If you already like Malavitas for all mountain you'll be fine with those for a season and then you can get something else on sale.

If money is no object and you want to try something new anything with a metal heel loop will have a much different feel than Burtons, so Union, Rome, etc. Don't ignore Now bindings like the Drive or Pilot either.

Kevin at Angry Snowboarder has a bunch of top five lists for freeride and all mountain bindings too. They don't include Union on there because they weren't reviewing that brand at the time I don't think, but that's where I'd look.


----------



## Nivek (Jan 24, 2008)

Nothing wrong with Vitas and they'll do a fine job on an Orca. 

If you're just itching for something new and it makes you cringe putting old bindings on a fresh deck, by all means, get something new. 

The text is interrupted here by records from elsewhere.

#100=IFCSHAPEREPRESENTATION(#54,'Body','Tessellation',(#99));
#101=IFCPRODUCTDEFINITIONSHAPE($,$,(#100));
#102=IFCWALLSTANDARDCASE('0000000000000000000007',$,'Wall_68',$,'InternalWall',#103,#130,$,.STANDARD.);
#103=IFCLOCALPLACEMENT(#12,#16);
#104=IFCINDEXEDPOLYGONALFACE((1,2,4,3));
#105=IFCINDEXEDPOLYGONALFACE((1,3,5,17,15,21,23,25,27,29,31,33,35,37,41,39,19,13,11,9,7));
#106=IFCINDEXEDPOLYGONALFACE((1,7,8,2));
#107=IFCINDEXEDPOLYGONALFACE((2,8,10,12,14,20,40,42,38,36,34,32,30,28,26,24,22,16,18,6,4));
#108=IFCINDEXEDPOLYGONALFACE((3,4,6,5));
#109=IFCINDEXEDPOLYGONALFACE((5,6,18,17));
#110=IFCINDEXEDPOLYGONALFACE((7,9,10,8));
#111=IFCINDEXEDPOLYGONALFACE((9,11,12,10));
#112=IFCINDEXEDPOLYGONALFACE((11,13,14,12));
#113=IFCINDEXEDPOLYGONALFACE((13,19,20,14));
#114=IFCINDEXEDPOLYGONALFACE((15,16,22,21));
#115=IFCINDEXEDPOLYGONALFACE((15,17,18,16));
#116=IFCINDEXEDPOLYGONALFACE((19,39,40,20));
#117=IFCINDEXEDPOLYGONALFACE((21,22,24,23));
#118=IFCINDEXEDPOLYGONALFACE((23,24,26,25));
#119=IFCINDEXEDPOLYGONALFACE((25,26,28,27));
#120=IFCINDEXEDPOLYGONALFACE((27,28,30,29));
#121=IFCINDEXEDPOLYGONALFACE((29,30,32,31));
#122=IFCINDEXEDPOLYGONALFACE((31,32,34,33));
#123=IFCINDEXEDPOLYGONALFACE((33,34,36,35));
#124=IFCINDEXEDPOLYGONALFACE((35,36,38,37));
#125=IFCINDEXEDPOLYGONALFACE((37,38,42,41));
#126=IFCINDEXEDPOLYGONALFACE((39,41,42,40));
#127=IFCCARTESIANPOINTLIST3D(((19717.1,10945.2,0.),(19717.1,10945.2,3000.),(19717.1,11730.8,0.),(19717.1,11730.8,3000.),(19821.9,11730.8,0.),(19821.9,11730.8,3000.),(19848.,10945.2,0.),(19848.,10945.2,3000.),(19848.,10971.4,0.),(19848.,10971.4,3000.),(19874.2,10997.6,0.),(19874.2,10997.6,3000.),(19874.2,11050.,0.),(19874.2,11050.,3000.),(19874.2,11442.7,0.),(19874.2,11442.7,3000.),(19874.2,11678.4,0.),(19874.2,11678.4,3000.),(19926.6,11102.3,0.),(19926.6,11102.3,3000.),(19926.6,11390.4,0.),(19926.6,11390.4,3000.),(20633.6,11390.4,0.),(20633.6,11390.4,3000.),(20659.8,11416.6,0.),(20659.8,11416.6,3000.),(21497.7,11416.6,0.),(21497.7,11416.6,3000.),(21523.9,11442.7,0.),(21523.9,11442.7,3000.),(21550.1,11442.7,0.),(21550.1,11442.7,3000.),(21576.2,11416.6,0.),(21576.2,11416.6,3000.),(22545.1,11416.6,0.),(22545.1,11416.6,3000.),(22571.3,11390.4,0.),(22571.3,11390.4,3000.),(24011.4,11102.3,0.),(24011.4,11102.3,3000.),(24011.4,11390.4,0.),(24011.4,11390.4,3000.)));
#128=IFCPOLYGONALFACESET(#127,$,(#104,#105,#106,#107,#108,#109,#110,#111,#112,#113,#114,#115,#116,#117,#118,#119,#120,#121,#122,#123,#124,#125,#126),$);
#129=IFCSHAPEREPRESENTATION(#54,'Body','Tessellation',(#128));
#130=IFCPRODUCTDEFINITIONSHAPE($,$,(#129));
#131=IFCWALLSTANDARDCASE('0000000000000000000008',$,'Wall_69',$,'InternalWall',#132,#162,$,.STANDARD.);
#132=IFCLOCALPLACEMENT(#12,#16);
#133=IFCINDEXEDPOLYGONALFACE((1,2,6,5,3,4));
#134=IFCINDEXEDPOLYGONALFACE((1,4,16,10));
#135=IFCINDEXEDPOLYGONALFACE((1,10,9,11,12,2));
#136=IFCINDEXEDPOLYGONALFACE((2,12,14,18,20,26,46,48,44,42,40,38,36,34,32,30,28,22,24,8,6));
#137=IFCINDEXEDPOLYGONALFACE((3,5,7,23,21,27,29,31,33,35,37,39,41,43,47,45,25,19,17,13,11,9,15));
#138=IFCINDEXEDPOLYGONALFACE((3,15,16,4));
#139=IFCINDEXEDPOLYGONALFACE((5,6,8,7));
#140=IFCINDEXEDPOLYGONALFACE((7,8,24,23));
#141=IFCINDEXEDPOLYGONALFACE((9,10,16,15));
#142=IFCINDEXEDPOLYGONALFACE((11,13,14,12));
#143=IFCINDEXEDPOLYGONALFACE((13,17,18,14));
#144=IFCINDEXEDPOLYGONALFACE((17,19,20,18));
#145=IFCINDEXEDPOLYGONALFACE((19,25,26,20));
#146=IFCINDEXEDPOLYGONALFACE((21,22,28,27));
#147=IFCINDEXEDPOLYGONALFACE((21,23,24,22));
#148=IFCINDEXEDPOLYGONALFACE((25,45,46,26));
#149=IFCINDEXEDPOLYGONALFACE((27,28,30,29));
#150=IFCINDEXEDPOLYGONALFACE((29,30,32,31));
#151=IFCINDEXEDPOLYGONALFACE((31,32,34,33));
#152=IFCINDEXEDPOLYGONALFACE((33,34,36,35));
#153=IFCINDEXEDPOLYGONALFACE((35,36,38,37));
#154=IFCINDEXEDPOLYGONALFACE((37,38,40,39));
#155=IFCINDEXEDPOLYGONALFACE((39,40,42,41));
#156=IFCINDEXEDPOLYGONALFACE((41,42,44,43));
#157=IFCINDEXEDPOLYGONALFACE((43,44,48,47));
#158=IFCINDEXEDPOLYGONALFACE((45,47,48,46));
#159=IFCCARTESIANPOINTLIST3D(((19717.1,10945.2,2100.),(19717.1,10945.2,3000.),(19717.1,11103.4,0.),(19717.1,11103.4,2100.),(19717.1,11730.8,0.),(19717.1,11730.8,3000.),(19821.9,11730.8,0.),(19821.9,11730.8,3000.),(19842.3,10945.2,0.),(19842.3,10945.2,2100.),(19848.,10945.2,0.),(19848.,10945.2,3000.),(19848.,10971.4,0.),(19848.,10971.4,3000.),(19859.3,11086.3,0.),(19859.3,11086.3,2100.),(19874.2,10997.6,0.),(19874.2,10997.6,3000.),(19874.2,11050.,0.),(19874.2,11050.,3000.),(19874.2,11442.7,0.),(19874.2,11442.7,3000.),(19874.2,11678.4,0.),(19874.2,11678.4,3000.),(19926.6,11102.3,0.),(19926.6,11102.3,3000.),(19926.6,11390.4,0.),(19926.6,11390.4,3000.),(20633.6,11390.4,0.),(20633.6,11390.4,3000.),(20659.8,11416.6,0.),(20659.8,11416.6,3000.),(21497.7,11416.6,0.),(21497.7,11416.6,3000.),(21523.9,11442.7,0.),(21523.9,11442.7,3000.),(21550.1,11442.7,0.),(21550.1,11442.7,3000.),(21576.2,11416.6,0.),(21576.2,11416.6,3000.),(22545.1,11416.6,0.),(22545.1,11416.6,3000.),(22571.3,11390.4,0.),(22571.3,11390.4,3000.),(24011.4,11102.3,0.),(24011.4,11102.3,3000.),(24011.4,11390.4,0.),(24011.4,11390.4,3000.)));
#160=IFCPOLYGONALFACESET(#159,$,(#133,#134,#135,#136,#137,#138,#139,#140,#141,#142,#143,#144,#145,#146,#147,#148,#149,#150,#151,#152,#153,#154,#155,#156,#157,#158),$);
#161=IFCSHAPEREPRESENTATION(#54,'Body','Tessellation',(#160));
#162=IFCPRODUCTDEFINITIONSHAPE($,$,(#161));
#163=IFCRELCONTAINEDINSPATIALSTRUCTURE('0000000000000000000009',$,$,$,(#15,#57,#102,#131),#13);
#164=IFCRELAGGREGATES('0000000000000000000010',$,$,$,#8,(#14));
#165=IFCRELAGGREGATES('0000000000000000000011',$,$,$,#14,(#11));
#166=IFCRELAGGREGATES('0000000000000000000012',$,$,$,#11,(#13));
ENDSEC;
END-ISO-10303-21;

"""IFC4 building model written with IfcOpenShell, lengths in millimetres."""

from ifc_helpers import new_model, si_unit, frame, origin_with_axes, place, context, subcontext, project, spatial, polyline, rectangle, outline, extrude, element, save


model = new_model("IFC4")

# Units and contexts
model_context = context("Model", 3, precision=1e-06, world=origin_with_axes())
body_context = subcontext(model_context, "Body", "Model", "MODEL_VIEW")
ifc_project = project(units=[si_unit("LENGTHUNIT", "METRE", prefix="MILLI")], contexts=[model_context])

Depending on what kind of feel and ride you're looking for this is what I'd put on an Orca;

Surfier: Arbor Hemlock, K2 Lien AT, Ride Revolt, or Bent Metal Logics

Classic All Mountain: Rome D.O.D., Arbor Cypress, Bent Metal Teansfer, Now Pilot

Power: Rome Targa, Now Drive or Recon, Ride El Hefe, or Flux XV.


----------



## GDimac (Nov 19, 2015)

Nivek said:


> Nothing wrong with Vitas and they'll do a fine job on an Orca.
> 
> If you're just itching for something new and it makes you cringe putting old bindings on a fresh deck, by all means, get something new.
> 
> ...


My apologies for the thread jacking. Only cos @Nivek's mailbox is apparently full ?. Just wanted to know what you thought of the Nidecker Smoke? Avran/Angry mentioned that you rode it for testing. How's the flex/feel on snow, and did the EE feel noticeably shorter on hardpacked? And was it washy at all? Feel free to reply via PM, so I don't derail this thread lol. Cheers.


----------



## Tenk (Jan 21, 2019)

Thanks guys. I think I’ll try the vitas and go from there!


----------



## Nivek (Jan 24, 2008)

GDimac said:


> Nivek said:
> 
> 
> > Nothing wrong with Vitas and they'll do a fine job on an Orca.
> ...


We have a video coming eventually, but short answer is get a Snofisk Belluga.


----------



## ShredReno (Nov 6, 2019)

Nivek said:


> Nothing wrong with Vitas and they'll do a fine job on an Orca.
> 
> If you're just itching for something new and it makes you cringe putting old bindings on a fresh deck, by all means, get something new.
> 
> ...


Where would Falcors fit in that recommendation? Also got a new Orca. Been riding on Flows for a while, so anything will be a big difference. Switching from Maysis to Thraxis this year also. Size 12 if that matters. Lots of tree runs, groomers to get to the good stuff. I don't really do park, but will occasionally launch off side hits or drops.


----------



## Nivek (Jan 24, 2008)

Power Surfy? If you wanna call that a thing. They have stiff frame and highback but under the binding there is a manner of movement and flex from the mini disc. They felt good to me at a demo on a Kazu, but I haven't spent any real time in them.


----------



## LifeOutside (Feb 14, 2020)

Nivek said:


> Nothing wrong with Vitas and they'll do a fine job on an Orca.
> 
> If you're just itching for something new and it makes you cringe putting old bindings on a fresh deck, by all means, get something new.
> 
> ...


Have you rode the Now Drive? I hear amazing things but want to hear from post season experience.


----------



## ShredReno (Nov 6, 2019)

LifeOutside said:


> Have you rode the Now Drive? I hear amazing things but want to hear from post season experience.


I ended up getting the Falcors. They've been awesome for the Orca. Great response, nice feel, been running them with K2 Thraxis boots, so much more responsive than my beatdown Maysis boots.


----------



## thecadgod (Nov 2, 2010)

Just curious, why you go Vita's over Cartels?


----------